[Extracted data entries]
-*-*-
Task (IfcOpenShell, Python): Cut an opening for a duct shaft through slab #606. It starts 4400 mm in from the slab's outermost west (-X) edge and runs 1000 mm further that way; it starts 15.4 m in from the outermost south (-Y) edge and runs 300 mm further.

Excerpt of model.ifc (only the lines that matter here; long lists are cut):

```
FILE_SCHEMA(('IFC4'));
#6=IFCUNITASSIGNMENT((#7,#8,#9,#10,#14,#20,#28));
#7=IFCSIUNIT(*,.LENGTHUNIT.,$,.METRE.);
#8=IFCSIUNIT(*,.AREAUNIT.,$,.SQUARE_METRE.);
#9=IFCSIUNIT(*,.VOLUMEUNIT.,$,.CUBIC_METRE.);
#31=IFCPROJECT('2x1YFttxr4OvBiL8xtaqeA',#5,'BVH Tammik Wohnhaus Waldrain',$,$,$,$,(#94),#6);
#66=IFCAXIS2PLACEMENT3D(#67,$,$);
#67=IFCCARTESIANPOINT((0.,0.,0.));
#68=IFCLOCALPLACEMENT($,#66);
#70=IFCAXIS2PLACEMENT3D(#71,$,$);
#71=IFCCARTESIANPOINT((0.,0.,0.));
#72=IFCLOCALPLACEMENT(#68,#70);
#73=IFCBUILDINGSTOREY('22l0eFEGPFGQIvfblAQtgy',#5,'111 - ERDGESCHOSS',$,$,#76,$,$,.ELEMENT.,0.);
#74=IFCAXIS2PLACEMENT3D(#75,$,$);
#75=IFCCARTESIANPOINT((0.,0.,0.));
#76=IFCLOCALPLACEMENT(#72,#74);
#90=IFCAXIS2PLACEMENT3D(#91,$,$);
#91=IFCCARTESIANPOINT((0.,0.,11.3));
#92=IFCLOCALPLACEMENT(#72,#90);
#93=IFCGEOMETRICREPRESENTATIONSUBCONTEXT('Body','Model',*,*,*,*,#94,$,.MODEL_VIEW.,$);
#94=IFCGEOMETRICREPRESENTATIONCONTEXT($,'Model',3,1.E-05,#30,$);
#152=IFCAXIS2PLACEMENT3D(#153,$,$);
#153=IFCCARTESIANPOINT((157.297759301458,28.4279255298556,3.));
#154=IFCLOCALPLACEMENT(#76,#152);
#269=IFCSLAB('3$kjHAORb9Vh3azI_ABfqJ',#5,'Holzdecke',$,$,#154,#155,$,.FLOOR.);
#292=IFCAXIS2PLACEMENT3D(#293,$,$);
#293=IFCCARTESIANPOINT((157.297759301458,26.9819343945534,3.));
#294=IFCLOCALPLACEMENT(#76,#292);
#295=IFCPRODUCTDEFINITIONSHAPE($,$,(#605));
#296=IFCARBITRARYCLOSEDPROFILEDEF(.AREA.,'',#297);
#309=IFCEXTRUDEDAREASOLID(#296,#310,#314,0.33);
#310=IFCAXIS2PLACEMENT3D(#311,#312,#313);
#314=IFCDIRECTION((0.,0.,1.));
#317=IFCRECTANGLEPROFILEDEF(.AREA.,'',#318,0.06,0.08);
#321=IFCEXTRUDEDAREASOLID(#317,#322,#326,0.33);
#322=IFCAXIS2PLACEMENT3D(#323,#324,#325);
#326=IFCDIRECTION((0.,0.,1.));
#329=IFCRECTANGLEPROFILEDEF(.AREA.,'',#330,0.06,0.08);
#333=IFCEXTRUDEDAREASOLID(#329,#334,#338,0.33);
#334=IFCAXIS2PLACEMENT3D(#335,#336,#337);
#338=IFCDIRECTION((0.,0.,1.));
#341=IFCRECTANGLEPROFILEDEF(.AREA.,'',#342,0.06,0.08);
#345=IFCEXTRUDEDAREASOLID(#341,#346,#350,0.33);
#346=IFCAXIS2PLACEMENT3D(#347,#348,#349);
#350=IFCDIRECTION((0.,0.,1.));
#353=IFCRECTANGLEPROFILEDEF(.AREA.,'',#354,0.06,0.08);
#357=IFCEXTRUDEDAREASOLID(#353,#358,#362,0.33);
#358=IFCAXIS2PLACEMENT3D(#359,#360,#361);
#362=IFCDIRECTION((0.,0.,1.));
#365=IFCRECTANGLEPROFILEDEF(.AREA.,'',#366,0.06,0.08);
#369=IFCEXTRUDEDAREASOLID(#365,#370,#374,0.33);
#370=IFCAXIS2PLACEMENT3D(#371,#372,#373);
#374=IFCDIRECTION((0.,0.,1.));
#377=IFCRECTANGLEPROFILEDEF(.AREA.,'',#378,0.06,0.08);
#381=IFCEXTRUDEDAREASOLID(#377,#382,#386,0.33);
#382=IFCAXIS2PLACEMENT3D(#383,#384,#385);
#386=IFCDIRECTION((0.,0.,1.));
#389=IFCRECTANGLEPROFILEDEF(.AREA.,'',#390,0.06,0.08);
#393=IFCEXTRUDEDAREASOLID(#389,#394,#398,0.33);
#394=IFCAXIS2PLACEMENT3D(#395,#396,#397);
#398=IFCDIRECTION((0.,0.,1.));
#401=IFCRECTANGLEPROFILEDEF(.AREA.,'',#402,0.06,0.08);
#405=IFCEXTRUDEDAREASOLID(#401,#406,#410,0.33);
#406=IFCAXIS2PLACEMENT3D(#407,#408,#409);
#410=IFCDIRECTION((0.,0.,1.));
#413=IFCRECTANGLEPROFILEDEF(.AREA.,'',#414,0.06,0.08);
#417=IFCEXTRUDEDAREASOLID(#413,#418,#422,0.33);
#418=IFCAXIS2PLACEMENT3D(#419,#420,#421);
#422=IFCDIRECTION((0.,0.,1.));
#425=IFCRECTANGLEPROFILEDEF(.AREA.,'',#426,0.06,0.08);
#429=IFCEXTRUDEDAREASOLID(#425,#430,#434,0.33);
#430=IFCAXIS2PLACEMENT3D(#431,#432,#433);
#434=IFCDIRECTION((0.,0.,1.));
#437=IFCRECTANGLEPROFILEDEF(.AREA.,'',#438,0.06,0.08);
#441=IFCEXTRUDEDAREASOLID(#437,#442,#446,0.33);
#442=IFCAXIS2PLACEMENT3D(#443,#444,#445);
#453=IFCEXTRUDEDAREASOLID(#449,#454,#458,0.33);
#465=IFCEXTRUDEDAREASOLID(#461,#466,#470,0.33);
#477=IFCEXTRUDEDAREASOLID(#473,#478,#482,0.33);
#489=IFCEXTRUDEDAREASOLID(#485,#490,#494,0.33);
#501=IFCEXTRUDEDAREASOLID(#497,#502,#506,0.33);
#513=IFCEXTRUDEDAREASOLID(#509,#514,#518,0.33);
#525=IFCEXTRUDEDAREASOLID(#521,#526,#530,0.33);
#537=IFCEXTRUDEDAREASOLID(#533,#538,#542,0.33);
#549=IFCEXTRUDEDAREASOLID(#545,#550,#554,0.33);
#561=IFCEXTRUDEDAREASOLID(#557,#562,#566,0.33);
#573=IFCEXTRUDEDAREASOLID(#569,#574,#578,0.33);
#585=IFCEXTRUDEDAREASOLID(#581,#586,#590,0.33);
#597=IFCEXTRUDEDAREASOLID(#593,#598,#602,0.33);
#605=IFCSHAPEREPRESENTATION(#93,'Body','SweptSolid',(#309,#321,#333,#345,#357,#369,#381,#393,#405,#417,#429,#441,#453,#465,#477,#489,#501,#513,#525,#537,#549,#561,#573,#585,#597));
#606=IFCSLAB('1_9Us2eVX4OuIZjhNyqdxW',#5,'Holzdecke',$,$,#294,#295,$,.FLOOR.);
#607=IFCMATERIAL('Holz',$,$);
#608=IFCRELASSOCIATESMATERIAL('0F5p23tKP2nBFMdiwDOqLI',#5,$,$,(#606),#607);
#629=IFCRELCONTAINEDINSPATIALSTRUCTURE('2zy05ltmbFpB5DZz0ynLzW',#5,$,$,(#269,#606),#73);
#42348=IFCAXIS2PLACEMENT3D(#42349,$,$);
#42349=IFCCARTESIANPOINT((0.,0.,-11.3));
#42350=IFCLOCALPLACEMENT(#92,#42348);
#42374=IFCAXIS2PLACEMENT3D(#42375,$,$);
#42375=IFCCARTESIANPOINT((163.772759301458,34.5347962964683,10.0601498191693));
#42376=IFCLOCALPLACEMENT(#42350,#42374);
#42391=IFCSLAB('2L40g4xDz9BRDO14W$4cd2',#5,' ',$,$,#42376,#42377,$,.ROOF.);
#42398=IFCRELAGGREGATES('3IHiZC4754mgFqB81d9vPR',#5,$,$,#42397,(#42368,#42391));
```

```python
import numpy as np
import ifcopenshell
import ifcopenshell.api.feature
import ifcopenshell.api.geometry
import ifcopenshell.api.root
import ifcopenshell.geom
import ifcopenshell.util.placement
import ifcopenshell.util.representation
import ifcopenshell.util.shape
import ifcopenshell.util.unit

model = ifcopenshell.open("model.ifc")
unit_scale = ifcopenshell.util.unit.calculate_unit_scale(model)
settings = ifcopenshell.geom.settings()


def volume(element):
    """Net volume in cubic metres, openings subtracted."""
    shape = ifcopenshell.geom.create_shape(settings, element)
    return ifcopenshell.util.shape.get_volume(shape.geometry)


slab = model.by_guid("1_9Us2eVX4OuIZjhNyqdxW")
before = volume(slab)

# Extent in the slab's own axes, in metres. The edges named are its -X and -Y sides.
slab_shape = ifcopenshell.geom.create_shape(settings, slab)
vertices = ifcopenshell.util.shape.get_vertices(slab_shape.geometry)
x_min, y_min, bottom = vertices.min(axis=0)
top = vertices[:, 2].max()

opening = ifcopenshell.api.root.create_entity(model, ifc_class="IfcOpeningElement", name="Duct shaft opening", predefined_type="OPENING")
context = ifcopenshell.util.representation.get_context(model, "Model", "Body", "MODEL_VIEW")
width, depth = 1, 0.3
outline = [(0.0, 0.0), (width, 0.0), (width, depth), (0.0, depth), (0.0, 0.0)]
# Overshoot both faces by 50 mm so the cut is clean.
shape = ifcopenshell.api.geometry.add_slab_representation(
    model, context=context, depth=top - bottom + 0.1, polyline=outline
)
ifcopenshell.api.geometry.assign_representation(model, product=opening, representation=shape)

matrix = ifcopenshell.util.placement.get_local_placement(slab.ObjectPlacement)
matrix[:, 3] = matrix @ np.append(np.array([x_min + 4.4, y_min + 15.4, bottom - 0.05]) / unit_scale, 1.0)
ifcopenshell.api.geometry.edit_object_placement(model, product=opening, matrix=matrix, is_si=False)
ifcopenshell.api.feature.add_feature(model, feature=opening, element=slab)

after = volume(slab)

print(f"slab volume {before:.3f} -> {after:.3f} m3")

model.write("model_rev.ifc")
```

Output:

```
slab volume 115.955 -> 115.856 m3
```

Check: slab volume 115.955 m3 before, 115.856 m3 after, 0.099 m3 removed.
-*-*-
● Task statement
Copy whichever lines of the records above contain the word "Holzdecke".

● Written solution
#269=IFCSLAB('3$kjHAORb9Vh3azI_ABfqJ',#5,'Holzdecke',$,$,#154,#155,$,.FLOOR.);
#606=IFCSLAB('1_9Us2eVX4OuIZjhNyqdxW',#5,'Holzdecke',$,$,#294,#295,$,.FLOOR.);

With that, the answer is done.